The idea of “easy credit,” underwritten by federal housing programs, encouraged excessive borrowing and a sense of entitlement. By 1950, 55 percent of Americans owned a home. By 1970, the figure was 63 percent. Federal intervention unleashed vast amounts of capital that turned home construction and real estate into critical economic sectors. During the late 1990s, “the dream of home ownership turned hallucinogenic,” Sugrue argues. With HUD and government-supported financiers like Fannie Mae serving as the mostly silent partners in a rapidly metastasizing mortgage market, more Americans than ever imagined—and recklessly gambled—that someone else down the line would pay them more than they originally did for their house. Flipping became a fad. House-as-investment replaced home-as-haven.
The truth is America’s housing collapse is not due to an absence of truth. It’s more a case of the presence of a culture of entitlement that is cavalier about debt. The consequences reach even into the church, with a chronic lack of stewardship. The plain truth is that the average churchgoer tithes between two and three percent of their income. The plain truth is that God demands something north of 10 percent. The plain truth is that, on average, 98 percent of an American’s income is already spoken for before tithing—in car payments, mortgages, cable, dining out, you name it. No one can tithe 10 percent when 98 percent of their income is already spoken for. This is why Iris Murdoch noted that, at the moment of choosing, most of the business of choosing is already done. Meaning and imagination precede reason and truth.
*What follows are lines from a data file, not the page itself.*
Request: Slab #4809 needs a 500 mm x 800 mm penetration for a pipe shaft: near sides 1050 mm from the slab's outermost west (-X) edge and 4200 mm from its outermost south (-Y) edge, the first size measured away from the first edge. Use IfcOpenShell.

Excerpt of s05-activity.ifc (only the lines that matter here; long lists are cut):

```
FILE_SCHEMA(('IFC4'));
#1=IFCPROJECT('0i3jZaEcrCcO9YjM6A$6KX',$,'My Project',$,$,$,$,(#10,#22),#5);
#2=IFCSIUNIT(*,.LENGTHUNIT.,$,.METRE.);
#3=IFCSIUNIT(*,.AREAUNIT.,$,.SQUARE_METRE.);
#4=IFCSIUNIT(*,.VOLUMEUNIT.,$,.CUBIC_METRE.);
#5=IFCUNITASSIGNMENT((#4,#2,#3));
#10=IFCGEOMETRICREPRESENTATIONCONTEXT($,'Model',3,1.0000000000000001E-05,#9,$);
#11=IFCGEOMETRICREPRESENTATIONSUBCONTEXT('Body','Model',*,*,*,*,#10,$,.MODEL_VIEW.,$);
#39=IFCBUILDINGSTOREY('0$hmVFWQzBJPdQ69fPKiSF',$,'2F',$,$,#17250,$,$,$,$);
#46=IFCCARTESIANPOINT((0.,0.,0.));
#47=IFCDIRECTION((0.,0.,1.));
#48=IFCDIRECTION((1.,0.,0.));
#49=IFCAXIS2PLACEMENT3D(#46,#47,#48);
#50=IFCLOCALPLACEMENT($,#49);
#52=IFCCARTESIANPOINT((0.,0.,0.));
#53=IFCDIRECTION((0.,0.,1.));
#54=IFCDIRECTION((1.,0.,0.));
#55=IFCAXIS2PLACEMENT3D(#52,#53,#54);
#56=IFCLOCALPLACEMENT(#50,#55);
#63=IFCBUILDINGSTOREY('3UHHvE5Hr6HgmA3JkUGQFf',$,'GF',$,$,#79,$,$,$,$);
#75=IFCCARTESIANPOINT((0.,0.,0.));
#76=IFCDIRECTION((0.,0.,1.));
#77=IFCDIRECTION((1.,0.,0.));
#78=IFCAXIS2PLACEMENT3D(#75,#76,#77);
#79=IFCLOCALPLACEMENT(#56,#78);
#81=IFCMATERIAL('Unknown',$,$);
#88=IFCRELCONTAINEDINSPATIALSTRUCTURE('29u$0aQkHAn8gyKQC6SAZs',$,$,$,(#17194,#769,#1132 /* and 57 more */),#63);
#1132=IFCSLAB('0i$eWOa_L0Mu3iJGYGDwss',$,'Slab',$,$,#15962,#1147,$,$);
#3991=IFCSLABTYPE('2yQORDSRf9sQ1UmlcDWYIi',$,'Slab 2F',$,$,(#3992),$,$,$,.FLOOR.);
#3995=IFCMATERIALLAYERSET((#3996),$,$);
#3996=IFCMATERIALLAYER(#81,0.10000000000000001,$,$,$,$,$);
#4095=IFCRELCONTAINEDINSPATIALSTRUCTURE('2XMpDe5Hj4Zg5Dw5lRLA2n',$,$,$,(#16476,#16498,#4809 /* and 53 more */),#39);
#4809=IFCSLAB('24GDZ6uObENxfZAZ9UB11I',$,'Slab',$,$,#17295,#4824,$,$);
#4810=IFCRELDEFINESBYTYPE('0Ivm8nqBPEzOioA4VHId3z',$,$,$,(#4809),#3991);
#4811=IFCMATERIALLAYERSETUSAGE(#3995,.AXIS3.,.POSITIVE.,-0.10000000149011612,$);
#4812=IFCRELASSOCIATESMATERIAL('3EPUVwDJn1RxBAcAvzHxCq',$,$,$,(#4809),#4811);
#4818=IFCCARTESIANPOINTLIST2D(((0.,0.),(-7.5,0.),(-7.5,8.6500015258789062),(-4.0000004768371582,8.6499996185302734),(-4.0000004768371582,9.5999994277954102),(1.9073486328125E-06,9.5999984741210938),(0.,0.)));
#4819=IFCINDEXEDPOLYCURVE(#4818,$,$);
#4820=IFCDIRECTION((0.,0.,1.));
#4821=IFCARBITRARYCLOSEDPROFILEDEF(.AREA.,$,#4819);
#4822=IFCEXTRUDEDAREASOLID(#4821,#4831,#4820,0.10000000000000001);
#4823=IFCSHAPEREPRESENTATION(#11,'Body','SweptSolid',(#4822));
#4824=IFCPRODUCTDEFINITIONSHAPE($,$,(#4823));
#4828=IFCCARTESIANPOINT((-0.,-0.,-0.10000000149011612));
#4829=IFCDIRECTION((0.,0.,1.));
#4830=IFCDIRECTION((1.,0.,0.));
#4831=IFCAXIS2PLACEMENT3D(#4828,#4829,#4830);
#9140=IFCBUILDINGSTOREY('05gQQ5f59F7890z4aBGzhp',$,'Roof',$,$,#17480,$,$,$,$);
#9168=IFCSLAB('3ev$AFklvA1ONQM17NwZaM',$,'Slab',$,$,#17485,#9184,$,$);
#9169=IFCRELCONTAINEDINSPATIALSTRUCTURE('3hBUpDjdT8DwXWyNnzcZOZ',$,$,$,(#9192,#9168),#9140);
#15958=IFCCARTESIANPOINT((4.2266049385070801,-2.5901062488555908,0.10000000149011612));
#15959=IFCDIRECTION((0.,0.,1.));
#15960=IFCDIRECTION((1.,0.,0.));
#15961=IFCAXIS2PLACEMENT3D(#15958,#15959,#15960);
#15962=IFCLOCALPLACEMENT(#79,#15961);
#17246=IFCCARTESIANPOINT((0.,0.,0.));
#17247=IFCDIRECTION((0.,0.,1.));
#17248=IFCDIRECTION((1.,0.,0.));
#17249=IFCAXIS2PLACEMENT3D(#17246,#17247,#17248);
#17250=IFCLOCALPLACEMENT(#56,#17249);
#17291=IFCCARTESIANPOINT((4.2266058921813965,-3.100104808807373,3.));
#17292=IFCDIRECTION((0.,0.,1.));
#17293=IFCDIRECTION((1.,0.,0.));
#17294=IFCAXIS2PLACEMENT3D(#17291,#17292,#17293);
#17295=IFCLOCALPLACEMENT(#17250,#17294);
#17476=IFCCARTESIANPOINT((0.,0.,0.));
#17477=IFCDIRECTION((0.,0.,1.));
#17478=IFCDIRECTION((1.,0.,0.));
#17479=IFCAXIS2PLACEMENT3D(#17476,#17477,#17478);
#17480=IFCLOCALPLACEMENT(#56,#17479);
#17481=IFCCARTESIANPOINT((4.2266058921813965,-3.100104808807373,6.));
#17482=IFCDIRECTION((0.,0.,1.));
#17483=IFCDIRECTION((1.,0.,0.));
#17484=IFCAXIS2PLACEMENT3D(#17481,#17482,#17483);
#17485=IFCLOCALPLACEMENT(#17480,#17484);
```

```python
import numpy as np
import ifcopenshell
import ifcopenshell.api.feature
import ifcopenshell.api.geometry
import ifcopenshell.api.root
import ifcopenshell.geom
import ifcopenshell.util.placement
import ifcopenshell.util.representation
import ifcopenshell.util.shape
import ifcopenshell.util.unit

model = ifcopenshell.open("s05-activity.ifc")
unit_scale = ifcopenshell.util.unit.calculate_unit_scale(model)
settings = ifcopenshell.geom.settings()


def volume(element):
    """Net volume in cubic metres, openings subtracted."""
    shape = ifcopenshell.geom.create_shape(settings, element)
    return ifcopenshell.util.shape.get_volume(shape.geometry)


slab = model.by_guid("24GDZ6uObENxfZAZ9UB11I")
before = volume(slab)

# Extent in the slab's own axes, in metres. The edges named are its -X and -Y sides.
slab_shape = ifcopenshell.geom.create_shape(settings, slab)
vertices = ifcopenshell.util.shape.get_vertices(slab_shape.geometry)
x_min, y_min, bottom = vertices.min(axis=0)
top = vertices[:, 2].max()

opening = ifcopenshell.api.root.create_entity(model, ifc_class="IfcOpeningElement", name="Pipe shaft opening", predefined_type="OPENING")
context = ifcopenshell.util.representation.get_context(model, "Model", "Body", "MODEL_VIEW")
width, depth = 0.5, 0.8
outline = [(0.0, 0.0), (width, 0.0), (width, depth), (0.0, depth), (0.0, 0.0)]
# Overshoot both faces by 50 mm so the cut is clean.
shape = ifcopenshell.api.geometry.add_slab_representation(
    model, context=context, depth=top - bottom + 0.1, polyline=outline
)
ifcopenshell.api.geometry.assign_representation(model, product=opening, representation=shape)

matrix = ifcopenshell.util.placement.get_local_placement(slab.ObjectPlacement)
matrix[:, 3] = matrix @ np.append(np.array([x_min + 1.05, y_min + 4.2, bottom - 0.05]) / unit_scale, 1.0)
ifcopenshell.api.geometry.edit_object_placement(model, product=opening, matrix=matrix, is_si=False)
ifcopenshell.api.feature.add_feature(model, feature=opening, element=slab)

after = volume(slab)

print(f"slab volume {before:.3f} -> {after:.3f} m3")

model.write("s05-activity_edited.ifc")
```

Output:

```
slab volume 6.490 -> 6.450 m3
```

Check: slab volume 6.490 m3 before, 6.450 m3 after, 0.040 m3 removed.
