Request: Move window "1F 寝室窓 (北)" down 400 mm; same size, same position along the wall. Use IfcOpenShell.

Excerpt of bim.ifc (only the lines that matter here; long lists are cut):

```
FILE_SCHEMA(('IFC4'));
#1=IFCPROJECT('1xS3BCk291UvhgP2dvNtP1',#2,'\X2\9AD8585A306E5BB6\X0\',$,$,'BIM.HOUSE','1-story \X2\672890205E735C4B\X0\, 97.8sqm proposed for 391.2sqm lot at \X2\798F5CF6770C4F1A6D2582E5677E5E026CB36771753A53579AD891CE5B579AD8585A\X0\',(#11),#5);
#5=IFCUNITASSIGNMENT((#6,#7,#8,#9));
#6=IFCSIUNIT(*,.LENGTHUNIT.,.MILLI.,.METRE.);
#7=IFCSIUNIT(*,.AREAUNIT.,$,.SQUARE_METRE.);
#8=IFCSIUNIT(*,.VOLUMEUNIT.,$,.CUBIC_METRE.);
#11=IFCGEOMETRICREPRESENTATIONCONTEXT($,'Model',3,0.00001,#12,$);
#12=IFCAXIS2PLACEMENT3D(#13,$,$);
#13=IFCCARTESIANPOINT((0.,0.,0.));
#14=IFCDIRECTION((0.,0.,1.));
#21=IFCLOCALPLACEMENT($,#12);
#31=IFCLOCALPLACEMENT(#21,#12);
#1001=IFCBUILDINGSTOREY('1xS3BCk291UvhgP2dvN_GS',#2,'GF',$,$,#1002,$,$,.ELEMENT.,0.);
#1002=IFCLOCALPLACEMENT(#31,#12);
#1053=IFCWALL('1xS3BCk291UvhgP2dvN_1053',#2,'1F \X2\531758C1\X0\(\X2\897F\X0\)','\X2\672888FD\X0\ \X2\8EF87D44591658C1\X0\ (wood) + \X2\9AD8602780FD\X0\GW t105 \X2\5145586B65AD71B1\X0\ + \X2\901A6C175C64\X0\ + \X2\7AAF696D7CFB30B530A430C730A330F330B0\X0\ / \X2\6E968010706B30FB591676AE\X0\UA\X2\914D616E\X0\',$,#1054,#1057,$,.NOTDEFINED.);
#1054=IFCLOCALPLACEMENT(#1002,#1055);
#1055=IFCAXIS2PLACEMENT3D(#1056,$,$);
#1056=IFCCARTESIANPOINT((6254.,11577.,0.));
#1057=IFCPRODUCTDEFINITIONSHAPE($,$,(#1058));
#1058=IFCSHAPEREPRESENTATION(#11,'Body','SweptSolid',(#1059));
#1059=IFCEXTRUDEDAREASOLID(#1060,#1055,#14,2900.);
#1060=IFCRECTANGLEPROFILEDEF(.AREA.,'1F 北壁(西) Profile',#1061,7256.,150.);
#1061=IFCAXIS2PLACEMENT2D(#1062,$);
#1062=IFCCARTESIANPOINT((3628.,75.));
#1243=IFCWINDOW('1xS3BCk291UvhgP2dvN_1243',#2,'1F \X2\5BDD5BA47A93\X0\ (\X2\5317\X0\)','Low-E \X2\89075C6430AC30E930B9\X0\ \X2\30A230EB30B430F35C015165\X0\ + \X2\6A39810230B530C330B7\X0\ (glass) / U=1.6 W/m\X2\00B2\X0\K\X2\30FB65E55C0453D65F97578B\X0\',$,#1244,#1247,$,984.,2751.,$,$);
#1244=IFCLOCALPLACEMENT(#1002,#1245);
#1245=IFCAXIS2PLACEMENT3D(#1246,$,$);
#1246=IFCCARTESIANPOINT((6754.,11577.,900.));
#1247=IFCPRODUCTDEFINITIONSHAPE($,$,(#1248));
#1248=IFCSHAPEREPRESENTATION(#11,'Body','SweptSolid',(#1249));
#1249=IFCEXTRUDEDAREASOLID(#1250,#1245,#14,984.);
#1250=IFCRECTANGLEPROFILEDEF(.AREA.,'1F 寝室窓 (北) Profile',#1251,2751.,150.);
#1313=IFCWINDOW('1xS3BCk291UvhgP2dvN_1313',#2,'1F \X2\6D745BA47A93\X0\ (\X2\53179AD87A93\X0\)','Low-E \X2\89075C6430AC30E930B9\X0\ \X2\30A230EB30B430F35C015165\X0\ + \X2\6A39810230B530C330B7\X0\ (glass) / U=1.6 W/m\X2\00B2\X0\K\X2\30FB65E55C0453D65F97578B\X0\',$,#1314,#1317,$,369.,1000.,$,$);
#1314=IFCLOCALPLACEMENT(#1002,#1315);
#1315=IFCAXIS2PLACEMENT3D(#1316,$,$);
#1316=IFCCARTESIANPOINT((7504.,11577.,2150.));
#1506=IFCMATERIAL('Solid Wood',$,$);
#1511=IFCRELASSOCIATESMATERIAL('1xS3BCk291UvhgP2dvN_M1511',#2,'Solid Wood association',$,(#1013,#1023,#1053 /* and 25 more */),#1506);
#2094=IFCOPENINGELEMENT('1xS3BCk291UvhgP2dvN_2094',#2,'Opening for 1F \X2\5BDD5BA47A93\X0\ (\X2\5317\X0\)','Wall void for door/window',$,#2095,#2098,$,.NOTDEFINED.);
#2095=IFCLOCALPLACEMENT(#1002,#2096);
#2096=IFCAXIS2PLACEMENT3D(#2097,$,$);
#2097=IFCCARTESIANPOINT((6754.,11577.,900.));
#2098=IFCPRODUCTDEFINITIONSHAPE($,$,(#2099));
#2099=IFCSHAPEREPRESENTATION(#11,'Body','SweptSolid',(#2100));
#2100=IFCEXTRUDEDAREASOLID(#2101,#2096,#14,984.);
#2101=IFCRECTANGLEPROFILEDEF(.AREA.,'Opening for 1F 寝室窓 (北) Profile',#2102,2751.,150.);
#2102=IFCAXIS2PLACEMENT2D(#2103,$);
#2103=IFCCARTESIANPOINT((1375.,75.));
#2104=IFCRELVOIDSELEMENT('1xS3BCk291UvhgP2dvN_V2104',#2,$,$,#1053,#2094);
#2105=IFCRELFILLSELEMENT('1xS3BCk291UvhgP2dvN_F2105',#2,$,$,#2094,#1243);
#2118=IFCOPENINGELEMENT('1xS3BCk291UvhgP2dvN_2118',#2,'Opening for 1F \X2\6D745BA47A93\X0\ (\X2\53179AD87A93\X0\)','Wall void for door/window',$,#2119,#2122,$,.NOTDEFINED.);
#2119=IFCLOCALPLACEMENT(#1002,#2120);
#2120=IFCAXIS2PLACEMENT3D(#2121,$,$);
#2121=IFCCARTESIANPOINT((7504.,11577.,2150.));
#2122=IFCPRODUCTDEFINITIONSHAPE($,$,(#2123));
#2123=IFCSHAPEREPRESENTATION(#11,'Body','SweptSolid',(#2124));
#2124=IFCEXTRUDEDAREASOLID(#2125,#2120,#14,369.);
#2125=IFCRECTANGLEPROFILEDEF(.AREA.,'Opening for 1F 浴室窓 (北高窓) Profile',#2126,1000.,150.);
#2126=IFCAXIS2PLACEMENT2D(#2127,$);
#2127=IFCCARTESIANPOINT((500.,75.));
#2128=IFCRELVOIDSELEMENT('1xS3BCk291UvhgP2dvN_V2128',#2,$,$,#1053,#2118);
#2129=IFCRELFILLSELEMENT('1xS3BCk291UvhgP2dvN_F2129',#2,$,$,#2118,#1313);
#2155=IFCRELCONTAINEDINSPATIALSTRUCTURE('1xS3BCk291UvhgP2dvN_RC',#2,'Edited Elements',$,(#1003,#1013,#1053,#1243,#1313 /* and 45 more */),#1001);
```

```python
import numpy as np
import ifcopenshell
import ifcopenshell.api.geometry
import ifcopenshell.util.placement
import ifcopenshell.util.unit

model = ifcopenshell.open("bim.ifc")
unit_scale = ifcopenshell.util.unit.calculate_unit_scale(model)

window = model.by_guid("1xS3BCk291UvhgP2dvN_1243")
opening = window.FillsVoids[0].RelatingOpeningElement
dz = -400.0

shift = np.array([0.0, 0.0, dz])
# The window is not placed relative to its opening, so move both.
for product in (opening, window):
    matrix = ifcopenshell.util.placement.get_local_placement(product.ObjectPlacement)
    matrix[:3, 3] += shift
    ifcopenshell.api.geometry.edit_object_placement(model, product=product, matrix=matrix, is_si=False)

print(f"moved by {dz * unit_scale:+.3f} m")

model.write("bim_rev.ifc")
```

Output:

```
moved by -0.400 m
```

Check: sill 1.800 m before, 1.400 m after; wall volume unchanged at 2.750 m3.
This is also why the millions of dollars raised for “truth projects” might be better spent on “meaning projects.” Meaning is a matter of plausibility. In To Change the World, James Hunter says we live with two ever-present realities, dissolution and difference. Dissolution is a lack of a collective grasp of reality—no meaningful connection between the church’s rendition of truth and how others see it. The truth the church presents sounds implausible to others, just as not owning a home seems implausible to many Americans.
“Meaning projects” on the other hand would equip faith communities in getting their foot in the door and a place at the table of leading financial institutions. This is the solution for dissolution—a strengthening of our collective grasp of reality. This means assisting institutions in becoming plausibility structures for the truth, so that wise stewardship and sober borrowing becomes plausible to the general public. Otherwise, all the truth in the world is unlikely to make the implausible plausible, since plausibility is the primary problem and not truth.
1 Rob Moll, “C.S. Lewis, the Sneaky Pagan,” interview of Colin Duriez, Christianity Today June 28, 2004.
2 C.S. Lewis, Selected Literary Essays, p. 265.
3 Thomas J. Sugrue, “The New American Dream: Renting” Wall Street Journal, August 15-16, 2009, W1.